◆ **Work required**
Please count the lines in the data below that hold the word "IFCSIUNIT", and give only the number.

◆ **Data for this exercise**
####################
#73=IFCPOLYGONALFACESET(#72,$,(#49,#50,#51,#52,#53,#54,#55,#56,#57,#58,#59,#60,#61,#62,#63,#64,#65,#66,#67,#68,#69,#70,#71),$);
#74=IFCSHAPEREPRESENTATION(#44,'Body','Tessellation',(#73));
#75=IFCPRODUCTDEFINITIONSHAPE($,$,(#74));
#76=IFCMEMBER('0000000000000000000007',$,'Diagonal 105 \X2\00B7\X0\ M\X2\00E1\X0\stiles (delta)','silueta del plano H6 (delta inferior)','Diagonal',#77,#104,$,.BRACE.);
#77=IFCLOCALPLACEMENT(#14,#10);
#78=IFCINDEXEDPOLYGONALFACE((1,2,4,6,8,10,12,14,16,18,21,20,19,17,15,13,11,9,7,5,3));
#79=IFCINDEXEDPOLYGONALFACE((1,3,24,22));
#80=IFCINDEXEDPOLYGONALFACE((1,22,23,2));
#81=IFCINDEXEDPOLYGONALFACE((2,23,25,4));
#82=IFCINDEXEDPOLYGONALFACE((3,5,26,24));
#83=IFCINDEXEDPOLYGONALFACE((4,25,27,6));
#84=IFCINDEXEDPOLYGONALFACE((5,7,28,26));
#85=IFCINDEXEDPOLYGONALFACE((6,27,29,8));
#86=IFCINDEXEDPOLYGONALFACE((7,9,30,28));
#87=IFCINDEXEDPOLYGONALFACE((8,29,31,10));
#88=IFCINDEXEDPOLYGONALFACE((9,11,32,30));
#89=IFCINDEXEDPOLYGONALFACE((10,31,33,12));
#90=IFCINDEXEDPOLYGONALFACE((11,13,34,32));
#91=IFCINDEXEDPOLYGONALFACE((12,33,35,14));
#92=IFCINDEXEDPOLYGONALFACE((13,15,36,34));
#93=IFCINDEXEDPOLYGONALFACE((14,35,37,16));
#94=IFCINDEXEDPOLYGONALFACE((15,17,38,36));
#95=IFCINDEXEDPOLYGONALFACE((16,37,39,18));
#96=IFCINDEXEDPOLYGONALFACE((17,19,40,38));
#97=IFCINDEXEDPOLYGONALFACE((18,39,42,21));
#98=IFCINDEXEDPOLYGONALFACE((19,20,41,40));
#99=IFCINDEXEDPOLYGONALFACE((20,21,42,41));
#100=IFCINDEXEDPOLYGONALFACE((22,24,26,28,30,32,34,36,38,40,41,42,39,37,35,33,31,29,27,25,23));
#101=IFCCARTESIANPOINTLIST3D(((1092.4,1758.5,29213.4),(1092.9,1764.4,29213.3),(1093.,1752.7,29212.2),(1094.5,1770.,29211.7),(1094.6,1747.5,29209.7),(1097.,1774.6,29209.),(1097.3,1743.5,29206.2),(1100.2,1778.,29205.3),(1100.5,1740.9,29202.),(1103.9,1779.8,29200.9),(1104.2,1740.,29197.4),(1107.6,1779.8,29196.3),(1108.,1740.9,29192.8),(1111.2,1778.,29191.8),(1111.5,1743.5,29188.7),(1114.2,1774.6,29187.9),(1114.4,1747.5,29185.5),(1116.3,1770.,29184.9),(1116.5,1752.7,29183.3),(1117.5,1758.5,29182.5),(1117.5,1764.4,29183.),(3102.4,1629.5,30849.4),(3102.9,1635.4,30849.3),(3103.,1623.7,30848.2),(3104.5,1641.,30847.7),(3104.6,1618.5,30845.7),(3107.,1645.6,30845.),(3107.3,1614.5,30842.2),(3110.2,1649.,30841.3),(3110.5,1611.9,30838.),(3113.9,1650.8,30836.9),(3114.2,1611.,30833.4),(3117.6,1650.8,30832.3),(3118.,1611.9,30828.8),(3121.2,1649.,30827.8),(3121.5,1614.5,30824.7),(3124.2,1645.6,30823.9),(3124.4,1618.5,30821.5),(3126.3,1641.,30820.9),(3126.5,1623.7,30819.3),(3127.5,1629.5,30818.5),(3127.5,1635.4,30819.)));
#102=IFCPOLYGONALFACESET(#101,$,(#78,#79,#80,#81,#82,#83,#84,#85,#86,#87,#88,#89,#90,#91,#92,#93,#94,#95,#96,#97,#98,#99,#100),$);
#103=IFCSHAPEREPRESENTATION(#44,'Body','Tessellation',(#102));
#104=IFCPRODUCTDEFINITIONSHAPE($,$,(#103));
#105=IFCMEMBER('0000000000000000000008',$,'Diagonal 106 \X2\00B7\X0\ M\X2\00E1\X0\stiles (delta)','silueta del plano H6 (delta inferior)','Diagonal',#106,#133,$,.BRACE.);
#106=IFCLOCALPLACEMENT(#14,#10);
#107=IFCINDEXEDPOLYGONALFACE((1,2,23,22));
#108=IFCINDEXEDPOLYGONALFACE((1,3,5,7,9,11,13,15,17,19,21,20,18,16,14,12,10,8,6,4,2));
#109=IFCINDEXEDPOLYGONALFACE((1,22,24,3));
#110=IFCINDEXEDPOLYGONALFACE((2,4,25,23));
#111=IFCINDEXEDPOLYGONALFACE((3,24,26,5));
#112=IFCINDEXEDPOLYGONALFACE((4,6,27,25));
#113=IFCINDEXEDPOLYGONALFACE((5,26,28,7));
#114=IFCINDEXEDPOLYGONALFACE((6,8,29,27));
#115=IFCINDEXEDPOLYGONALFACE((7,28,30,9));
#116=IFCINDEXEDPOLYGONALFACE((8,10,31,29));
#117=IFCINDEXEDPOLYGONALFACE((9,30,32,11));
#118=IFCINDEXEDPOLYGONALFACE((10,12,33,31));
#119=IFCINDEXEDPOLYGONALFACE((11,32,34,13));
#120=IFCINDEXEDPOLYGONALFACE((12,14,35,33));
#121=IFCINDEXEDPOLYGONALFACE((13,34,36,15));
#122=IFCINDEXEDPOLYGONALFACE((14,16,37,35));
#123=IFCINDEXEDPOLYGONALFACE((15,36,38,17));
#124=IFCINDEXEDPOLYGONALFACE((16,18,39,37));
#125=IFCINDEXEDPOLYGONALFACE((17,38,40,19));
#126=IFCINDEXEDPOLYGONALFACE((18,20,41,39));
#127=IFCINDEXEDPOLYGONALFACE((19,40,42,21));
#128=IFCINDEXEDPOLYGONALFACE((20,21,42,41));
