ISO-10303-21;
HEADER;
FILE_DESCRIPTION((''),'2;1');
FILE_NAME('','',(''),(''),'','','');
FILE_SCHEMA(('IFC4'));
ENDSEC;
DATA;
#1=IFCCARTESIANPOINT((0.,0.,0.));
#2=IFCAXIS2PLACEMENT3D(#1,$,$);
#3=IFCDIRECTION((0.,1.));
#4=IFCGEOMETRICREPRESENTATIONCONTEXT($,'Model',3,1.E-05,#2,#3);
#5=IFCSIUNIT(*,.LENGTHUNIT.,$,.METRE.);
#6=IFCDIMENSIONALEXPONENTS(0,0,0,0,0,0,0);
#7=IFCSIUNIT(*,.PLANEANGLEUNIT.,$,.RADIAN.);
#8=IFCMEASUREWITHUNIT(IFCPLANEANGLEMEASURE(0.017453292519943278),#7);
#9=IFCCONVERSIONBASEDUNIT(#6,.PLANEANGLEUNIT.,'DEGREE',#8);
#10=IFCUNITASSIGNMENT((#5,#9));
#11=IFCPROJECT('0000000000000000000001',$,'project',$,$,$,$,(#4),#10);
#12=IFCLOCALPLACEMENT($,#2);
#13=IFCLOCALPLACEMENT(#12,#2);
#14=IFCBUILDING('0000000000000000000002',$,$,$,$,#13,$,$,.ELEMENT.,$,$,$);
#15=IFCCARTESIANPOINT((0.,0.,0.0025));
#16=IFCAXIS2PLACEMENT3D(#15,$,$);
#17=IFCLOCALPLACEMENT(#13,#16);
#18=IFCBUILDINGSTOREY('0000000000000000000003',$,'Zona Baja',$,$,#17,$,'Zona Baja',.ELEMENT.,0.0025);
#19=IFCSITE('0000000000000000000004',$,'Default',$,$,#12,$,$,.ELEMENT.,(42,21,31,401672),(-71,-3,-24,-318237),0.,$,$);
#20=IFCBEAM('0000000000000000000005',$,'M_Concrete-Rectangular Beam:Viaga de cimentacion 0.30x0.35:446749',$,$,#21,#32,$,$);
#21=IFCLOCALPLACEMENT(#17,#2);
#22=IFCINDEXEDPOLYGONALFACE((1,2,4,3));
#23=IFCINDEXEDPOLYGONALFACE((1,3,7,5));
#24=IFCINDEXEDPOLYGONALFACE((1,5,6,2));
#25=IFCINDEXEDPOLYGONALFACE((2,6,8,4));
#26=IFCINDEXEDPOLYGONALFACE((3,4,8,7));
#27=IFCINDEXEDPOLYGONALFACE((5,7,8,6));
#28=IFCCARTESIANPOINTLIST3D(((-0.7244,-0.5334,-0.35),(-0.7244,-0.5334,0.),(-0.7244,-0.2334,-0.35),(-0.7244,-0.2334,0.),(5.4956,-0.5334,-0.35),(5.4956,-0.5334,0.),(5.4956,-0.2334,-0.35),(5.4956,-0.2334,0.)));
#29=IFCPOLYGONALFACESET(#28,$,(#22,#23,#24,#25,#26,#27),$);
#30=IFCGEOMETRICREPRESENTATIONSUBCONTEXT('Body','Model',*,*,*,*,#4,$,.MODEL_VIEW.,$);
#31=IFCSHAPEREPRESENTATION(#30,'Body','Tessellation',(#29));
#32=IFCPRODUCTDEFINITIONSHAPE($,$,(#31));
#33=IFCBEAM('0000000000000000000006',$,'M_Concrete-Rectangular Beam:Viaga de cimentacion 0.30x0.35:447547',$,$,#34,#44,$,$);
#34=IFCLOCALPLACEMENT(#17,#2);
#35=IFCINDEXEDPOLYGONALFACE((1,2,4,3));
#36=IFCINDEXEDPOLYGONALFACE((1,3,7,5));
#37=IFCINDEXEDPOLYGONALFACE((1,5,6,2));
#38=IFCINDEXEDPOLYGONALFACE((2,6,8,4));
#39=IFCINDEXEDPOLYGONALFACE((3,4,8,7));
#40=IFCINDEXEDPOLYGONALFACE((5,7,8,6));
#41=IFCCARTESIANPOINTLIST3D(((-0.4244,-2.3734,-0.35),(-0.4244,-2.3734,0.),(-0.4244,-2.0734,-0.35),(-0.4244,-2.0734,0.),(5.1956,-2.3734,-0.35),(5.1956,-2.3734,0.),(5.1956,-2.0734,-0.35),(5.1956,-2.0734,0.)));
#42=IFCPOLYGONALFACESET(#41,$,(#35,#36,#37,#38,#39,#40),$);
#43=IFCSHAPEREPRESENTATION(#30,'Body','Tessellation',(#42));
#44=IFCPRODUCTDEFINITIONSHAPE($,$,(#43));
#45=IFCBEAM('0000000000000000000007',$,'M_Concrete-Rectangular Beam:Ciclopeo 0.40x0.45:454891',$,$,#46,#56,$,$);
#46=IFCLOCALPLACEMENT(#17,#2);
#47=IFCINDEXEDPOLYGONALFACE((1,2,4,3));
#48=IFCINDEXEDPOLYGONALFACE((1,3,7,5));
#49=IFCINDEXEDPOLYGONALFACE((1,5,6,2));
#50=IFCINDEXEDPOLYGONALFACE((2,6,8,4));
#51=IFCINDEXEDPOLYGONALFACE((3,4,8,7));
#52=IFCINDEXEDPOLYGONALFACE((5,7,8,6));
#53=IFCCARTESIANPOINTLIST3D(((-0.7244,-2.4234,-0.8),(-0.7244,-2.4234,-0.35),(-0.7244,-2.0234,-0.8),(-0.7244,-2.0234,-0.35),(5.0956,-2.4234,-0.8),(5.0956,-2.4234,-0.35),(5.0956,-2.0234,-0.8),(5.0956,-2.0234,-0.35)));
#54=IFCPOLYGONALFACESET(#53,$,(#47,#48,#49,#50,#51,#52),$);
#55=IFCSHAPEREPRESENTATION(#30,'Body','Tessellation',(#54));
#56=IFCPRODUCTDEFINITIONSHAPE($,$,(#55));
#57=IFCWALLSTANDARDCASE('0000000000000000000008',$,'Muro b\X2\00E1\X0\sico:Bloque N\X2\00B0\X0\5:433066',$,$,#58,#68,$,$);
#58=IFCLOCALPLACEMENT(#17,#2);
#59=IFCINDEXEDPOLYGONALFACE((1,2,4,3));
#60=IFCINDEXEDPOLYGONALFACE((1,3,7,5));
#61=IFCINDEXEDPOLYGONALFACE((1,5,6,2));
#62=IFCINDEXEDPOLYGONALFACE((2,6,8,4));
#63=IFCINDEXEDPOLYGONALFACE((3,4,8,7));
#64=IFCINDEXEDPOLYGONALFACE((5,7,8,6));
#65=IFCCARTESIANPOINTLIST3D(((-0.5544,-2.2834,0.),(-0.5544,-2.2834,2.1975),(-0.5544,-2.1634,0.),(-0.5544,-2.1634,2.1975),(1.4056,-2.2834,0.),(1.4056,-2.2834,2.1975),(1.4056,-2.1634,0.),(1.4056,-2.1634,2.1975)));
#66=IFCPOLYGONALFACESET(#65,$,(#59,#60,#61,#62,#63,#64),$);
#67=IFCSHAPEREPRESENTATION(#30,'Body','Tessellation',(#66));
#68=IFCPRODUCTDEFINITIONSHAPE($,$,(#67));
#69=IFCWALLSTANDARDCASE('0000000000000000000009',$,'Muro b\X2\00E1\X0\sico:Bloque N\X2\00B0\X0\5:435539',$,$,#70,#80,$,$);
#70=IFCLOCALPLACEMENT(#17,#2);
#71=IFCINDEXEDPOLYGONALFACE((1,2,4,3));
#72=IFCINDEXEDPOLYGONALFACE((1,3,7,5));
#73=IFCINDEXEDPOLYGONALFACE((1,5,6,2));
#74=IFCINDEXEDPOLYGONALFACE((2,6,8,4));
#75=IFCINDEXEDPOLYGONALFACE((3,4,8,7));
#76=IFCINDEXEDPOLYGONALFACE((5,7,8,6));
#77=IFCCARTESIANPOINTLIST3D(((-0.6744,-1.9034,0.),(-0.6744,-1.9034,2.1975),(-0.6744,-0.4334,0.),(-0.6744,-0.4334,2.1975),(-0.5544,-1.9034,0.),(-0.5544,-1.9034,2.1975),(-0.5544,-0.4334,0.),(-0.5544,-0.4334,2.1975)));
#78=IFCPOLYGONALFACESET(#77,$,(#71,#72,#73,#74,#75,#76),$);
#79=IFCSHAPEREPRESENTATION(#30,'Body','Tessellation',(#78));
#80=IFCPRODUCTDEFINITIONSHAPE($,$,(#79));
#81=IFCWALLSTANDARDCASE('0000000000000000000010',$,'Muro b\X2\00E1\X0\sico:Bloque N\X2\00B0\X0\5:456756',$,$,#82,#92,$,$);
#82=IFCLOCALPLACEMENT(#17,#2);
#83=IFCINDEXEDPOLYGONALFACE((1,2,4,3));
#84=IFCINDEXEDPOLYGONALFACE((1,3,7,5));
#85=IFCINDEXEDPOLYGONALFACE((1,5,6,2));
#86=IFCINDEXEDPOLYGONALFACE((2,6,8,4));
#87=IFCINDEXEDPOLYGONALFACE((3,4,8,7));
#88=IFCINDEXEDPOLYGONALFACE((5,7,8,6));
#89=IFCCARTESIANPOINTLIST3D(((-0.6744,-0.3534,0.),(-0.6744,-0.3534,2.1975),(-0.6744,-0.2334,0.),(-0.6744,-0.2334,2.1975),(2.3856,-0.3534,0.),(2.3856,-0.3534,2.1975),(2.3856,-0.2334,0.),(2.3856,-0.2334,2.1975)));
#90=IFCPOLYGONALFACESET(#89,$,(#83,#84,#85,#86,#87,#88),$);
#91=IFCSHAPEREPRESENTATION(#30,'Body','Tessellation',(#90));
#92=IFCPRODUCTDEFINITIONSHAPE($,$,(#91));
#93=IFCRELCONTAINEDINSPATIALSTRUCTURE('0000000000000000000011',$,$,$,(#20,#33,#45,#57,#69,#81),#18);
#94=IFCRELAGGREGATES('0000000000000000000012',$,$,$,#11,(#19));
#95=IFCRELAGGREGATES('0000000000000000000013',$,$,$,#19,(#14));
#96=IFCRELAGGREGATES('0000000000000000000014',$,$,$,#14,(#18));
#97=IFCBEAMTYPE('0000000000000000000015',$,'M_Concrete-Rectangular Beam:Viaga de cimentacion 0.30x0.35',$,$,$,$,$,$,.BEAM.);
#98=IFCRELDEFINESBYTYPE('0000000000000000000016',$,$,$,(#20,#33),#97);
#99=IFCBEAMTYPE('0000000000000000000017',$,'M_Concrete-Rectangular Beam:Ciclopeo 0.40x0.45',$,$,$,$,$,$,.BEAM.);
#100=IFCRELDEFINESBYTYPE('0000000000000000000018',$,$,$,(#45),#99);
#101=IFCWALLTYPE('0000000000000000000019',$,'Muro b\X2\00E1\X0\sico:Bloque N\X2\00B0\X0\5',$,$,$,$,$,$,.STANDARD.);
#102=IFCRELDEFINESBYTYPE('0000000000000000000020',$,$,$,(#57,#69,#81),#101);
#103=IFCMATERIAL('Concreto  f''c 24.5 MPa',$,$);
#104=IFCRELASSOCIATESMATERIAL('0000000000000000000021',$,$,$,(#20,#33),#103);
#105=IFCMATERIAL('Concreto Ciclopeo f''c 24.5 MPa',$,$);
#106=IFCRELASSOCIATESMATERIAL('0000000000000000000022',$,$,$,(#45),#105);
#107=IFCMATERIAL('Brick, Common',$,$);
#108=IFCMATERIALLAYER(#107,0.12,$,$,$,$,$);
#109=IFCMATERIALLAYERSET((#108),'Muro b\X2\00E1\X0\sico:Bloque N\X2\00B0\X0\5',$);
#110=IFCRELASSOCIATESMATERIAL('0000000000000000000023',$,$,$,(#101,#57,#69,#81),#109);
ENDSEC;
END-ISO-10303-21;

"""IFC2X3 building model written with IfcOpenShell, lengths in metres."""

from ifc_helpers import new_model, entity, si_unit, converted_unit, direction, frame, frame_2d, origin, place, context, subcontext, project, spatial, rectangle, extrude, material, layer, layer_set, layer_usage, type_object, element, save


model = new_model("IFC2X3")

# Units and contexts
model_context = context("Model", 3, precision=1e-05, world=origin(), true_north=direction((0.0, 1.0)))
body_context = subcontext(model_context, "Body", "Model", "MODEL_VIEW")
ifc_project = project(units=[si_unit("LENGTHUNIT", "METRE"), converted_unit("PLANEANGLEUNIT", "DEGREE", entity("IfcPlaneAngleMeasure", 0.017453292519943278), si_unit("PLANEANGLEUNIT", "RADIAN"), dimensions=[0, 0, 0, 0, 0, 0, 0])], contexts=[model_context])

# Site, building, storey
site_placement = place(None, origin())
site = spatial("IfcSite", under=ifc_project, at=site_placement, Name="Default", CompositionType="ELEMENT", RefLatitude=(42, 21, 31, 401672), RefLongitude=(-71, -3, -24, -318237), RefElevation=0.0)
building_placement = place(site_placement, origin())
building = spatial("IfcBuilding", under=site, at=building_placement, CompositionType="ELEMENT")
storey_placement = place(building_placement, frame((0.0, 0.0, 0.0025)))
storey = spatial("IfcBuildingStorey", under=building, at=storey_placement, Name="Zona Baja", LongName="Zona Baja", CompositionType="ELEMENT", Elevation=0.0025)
####################
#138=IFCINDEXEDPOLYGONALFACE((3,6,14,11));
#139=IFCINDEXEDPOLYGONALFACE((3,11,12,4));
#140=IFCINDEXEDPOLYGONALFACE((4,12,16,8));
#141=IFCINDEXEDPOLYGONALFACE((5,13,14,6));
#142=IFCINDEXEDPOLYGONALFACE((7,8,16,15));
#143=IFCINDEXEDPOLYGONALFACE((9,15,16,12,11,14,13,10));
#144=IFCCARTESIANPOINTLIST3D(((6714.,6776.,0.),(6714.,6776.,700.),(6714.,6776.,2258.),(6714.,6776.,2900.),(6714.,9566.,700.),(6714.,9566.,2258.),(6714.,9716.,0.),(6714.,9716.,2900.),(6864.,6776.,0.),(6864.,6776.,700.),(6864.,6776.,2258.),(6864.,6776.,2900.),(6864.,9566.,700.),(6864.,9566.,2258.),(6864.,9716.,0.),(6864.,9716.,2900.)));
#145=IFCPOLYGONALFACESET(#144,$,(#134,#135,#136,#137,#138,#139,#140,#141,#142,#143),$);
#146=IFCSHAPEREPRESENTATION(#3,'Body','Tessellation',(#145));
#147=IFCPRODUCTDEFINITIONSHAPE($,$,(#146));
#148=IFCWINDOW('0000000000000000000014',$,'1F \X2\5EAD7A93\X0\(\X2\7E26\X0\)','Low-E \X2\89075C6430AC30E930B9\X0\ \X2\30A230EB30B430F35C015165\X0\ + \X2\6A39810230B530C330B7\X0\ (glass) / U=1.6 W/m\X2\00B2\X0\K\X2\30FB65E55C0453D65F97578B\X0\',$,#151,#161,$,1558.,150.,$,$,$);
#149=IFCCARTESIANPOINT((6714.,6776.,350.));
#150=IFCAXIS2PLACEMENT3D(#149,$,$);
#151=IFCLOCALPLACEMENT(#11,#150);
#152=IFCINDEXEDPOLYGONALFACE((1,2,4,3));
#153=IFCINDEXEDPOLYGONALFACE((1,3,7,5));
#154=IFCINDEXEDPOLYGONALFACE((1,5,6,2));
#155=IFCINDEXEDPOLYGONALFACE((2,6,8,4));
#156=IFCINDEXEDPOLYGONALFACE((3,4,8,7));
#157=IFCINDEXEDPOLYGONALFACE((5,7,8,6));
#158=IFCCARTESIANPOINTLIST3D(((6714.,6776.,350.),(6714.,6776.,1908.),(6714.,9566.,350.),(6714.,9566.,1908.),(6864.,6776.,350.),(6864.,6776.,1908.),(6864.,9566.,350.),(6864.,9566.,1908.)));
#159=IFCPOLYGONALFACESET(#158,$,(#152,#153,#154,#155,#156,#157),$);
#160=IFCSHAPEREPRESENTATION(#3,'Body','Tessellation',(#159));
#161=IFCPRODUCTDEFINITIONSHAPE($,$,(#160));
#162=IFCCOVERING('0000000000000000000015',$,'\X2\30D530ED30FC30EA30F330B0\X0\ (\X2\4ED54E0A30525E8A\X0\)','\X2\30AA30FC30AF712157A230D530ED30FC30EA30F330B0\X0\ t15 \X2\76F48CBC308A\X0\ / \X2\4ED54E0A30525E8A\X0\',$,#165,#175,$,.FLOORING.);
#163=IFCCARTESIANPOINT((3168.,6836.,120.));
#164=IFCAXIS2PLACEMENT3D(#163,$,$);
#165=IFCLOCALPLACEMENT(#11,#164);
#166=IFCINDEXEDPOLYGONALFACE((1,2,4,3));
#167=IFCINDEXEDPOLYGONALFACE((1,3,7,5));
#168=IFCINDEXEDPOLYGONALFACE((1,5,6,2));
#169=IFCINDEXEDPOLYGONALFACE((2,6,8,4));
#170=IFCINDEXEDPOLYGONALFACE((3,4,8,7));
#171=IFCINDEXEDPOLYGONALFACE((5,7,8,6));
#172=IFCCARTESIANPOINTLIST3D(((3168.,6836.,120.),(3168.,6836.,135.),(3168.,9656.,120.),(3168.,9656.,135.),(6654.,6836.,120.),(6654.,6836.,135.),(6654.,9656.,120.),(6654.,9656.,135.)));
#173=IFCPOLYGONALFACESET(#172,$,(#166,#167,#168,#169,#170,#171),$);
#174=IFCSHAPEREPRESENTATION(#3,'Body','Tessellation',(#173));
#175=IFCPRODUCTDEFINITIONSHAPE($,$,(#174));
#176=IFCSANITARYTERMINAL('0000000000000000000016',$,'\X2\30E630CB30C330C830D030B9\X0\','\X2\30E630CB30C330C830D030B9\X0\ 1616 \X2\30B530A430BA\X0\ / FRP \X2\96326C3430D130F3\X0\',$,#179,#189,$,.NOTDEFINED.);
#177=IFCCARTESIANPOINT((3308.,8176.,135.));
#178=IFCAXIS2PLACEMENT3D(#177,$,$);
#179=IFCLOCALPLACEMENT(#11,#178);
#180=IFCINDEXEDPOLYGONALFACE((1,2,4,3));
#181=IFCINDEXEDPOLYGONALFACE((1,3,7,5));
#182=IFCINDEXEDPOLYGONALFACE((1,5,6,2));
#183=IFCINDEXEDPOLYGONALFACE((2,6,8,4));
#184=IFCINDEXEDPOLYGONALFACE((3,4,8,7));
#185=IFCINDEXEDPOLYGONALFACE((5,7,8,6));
####################
◆ **Answer to this exercise**
2